Follistatin (FLGR242) – Protocol

Follistatin FLGR242 (10mg)

Goal: Support investigation of myostatin inhibition, muscle tissue biology, activin signaling pathways, and related TGF-β superfamily research applications.

Preparation: Reconstitute with sterile bacteriostatic water or PBS to a stock concentration of 1 mg/mL. Gently swirl to dissolve — do not vortex. Allow 10 minutes at room temperature. Follistatin is a glycoprotein and can be sensitive to mechanical disruption.

Working concentrations (in vitro): For myostatin inhibition assays, concentrations of 100–500 ng/mL are commonly used to achieve full pathway suppression. For dose-response experiments, a range of 10–1000 ng/mL is recommended to characterize the EC50 for the specific endpoint.

Dosing in animal models: Published animal studies have used dosing ranges of 1–10 µg per administration via intramuscular or subcutaneous routes, with frequency determined by the experimental design. Tissue-specific effects may vary depending on route of administration and the follistatin isoform used.

Proper Peptide Storage

Store lyophilized Follistatin (FLGR242) at −20°C or −80°C, protected from moisture and light. Stable for 24 months under recommended conditions. Once reconstituted, aliquot into single-use volumes and store at −80°C for up to 3 months. Avoid freeze-thaw cycles. Working solutions prepared at 4°C should be used within 48 hours.
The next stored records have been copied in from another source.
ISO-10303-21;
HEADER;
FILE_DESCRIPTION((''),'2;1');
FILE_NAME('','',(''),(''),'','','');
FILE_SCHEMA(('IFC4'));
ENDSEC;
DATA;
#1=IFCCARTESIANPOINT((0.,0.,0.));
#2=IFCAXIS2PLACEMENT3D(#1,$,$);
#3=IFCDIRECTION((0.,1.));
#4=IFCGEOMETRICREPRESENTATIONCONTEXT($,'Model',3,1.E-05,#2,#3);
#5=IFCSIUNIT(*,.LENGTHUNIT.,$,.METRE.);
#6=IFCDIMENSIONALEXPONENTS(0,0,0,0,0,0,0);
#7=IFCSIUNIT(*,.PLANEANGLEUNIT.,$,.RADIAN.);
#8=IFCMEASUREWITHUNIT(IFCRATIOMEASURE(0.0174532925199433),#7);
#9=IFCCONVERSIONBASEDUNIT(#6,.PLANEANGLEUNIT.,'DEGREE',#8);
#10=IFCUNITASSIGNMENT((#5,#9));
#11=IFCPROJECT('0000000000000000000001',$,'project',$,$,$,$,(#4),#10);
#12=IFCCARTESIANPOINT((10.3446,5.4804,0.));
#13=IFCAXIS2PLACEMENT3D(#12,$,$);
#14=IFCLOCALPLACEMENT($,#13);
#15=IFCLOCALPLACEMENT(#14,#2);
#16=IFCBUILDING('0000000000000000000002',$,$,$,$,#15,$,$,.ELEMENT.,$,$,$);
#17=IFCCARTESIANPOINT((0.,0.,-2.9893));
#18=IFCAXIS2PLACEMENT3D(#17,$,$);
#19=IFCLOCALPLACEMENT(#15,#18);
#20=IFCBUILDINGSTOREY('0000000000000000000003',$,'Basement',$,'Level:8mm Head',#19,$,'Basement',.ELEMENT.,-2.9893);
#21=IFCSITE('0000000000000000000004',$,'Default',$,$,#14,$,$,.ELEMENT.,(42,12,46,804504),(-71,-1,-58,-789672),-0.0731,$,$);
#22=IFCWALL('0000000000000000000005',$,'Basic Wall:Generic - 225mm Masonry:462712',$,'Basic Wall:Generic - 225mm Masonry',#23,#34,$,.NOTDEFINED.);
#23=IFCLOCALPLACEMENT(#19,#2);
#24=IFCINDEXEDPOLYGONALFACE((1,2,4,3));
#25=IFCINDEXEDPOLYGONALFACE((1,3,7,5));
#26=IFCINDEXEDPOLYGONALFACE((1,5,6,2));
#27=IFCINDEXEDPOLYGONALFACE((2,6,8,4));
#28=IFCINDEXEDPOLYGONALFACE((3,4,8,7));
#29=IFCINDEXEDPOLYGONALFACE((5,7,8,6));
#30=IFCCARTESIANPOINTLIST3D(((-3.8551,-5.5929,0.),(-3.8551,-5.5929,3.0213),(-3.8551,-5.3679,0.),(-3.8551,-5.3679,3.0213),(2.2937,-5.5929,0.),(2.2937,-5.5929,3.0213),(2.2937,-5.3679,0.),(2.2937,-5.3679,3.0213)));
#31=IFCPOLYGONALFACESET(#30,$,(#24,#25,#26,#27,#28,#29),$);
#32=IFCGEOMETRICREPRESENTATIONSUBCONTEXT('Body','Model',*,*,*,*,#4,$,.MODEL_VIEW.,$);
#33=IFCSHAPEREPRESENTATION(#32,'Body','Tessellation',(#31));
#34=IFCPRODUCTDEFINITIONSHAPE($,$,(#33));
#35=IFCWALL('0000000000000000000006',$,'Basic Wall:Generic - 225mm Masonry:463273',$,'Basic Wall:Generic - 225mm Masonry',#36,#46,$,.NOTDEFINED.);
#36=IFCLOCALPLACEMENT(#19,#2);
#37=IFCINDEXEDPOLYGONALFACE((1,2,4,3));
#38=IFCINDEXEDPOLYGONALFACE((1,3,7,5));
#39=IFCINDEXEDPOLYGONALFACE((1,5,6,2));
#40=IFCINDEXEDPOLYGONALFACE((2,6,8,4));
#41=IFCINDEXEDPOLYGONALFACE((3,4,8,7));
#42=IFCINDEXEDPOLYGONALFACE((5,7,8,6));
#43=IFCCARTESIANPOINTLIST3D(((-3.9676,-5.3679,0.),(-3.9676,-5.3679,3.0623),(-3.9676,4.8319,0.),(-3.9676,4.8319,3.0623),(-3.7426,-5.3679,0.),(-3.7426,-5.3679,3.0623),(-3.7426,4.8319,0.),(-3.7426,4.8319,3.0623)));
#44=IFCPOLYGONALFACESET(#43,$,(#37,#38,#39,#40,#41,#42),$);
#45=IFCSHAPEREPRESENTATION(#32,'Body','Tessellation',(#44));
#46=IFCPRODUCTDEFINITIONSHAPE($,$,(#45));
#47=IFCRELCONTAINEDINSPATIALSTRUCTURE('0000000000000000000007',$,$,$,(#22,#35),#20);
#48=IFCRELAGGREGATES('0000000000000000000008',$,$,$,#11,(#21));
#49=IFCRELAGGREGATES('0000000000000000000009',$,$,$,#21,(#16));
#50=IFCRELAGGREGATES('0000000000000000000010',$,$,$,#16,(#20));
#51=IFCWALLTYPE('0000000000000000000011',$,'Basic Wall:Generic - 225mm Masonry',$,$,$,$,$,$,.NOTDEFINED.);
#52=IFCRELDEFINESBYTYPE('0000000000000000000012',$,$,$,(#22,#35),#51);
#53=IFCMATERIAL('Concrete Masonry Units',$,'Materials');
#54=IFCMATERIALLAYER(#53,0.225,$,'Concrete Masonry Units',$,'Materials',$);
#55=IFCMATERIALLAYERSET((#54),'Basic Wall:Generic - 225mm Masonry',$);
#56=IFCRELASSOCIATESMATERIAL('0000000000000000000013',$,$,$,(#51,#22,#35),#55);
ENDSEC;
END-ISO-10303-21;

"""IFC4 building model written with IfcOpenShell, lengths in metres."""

from ifc_helpers import new_model, entity, si_unit, converted_unit, direction, frame, frame_2d, origin, place, context, subcontext, project, spatial, polyline, rectangle, extrude, clip, bounded_halfspace, material, layer, layer_set, layer_usage, type_object, element, save


model = new_model("IFC4")

# Units and contexts
model_context = context("Model", 3, precision=1e-05, world=origin(), true_north=direction((0.0, 1.0)))
body_context = subcontext(model_context, "Body", "Model", "MODEL_VIEW")
ifc_project = project(units=[si_unit("LENGTHUNIT", "METRE"), converted_unit("PLANEANGLEUNIT", "DEGREE", entity("IfcRatioMeasure", 0.0174532925199433), si_unit("PLANEANGLEUNIT", "RADIAN"), dimensions=[0, 0, 0, 0, 0, 0, 0])], contexts=[model_context])

# Site, building, storey
site_placement = place(None, frame((10.3446, 5.4804, 0.0)))
site = spatial("IfcSite", under=ifc_project, at=site_placement, Name="Default", CompositionType="ELEMENT", RefLatitude=(42, 12, 46, 804504), RefLongitude=(-71, -1, -58, -789672), RefElevation=-0.0731)
building_placement = place(site_placement, origin())
building = spatial("IfcBuilding", under=site, at=building_placement, CompositionType="ELEMENT")
storey_placement = place(building_placement, frame((0.0, 0.0, -2.9893)))
storey = spatial("IfcBuildingStorey", under=building, at=storey_placement, Name="Basement", ObjectType="Level:8mm Head", LongName="Basement", CompositionType="ELEMENT", Elevation=-2.9893)

# Walls
ifc_material_1 = material(Name="Concrete Masonry Units", Category="Materials")
ifc_layer_1 = layer(ifc_material_1, 0.225, Name="Concrete Masonry Units", Category="Materials")
ifc_layer_set_1 = layer_set([ifc_layer_1], Name="Basic Wall:Generic - 225mm Masonry")
wall_type = type_object("IfcWallType", Name="Basic Wall:Generic - 225mm Masonry", PredefinedType="NOTDEFINED", material=ifc_layer_set_1)
ifc_layer_usage_1 = layer_usage(ifc_layer_set_1, "AXIS2", "NEGATIVE", 0.1125)
wall_1_placement = place(storey_placement, frame((2.2937, -5.4804, 0.0), z_axis=(0.0, 0.0, 1.0), x_axis=(-1.0, 0.0, 0.0)))
element("IfcWall", 1, at=wall_1_placement, inside=storey, type_object=wall_type, material=ifc_layer_usage_1, Name="Basic Wall:Generic - 225mm Masonry:462712", ObjectType="Basic Wall:Generic - 225mm Masonry", PredefinedType="NOTDEFINED", context=body_context, shape_type="Clipping", body=[
    clip(extrude(rectangle(XDim=6.1488, YDim=0.225, at=frame_2d((3.0744, 0.0), x_axis=(-1.0, 0.0))), origin(), (0.0, 0.0, 1.0), 3.0213), bounded_halfspace(frame((0.0, -0.1125, 3.0213), z_axis=(0.0, 0.0, -1.0), x_axis=(0.0, -1.0, 0.0)), True, frame((0.0, -0.1125, 3.0213)), polyline([(0.0, 0.0), (0.1125, 0.0), (5.9627, 0.0), (5.9627, 0.1125), (0.0, 0.1125), (0.0, 0.0)]))),
])
ifc_layer_usage_2 = layer_usage(ifc_layer_set_1, "AXIS2", "NEGATIVE", 0.1125)
wall_2_placement = place(storey_placement, frame((-3.8551, 4.8319, 0.0), z_axis=(0.0, 0.0, 1.0), x_axis=(0.0, -1.0, 0.0)))
element("IfcWall", 2, at=wall_2_placement, inside=storey, type_object=wall_type, material=ifc_layer_usage_2, Name="Basic Wall:Generic - 225mm Masonry:463273", ObjectType="Basic Wall:Generic - 225mm Masonry", PredefinedType="NOTDEFINED", context=body_context, shape_type="SweptSolid", body=[
    extrude(rectangle(XDim=10.1998, YDim=0.225, at=frame_2d((5.0999, 0.0), x_axis=(-1.0, 0.0))), origin(), (0.0, 0.0, 1.0), 3.0623),
])

save(model, "model.ifc")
Follistatin (FLGR242) – Identification

Chemical Name: Recombinant Human Follistatin (FLGR242, truncated isoform)
Molecular Weight: ~31.5 kDa (protein backbone); ~35–40 kDa (glycosylated)
Purity: ≥99% by HPLC and SDS-PAGE
Endotoxin: <1.0 EU/µg
Form: Lyophilized white powder
Activity: Confirmed myostatin binding by ELISA; biological activity validated in C2C12 myoblast differentiation assays

Follistatin (FLGR242) – Research Links

• Lee SJ et al. (2009). Regulation of muscle growth by multiple ligands signaling through ActRIIB. PNAS, 102(50), 18117–18122.
• Mendell JR et al. (2015). Follistatin gene therapy for Becker muscular dystrophy. Science Translational Medicine, 7(287), 287ra74.
• Rodino-Klapac LR et al. (2009). Inhibition of myostatin with emphasis on follistatin as a therapy for muscle disease. Muscle & Nerve, 39(3), 283–296.
• Breit SN et al. (2011). The TGF-β superfamily cytokine, MIC-1/GDF15: a pleotrophic cytokine with roles in inflammation, cancer and metabolism. Growth Factors, 29(5), 187–195.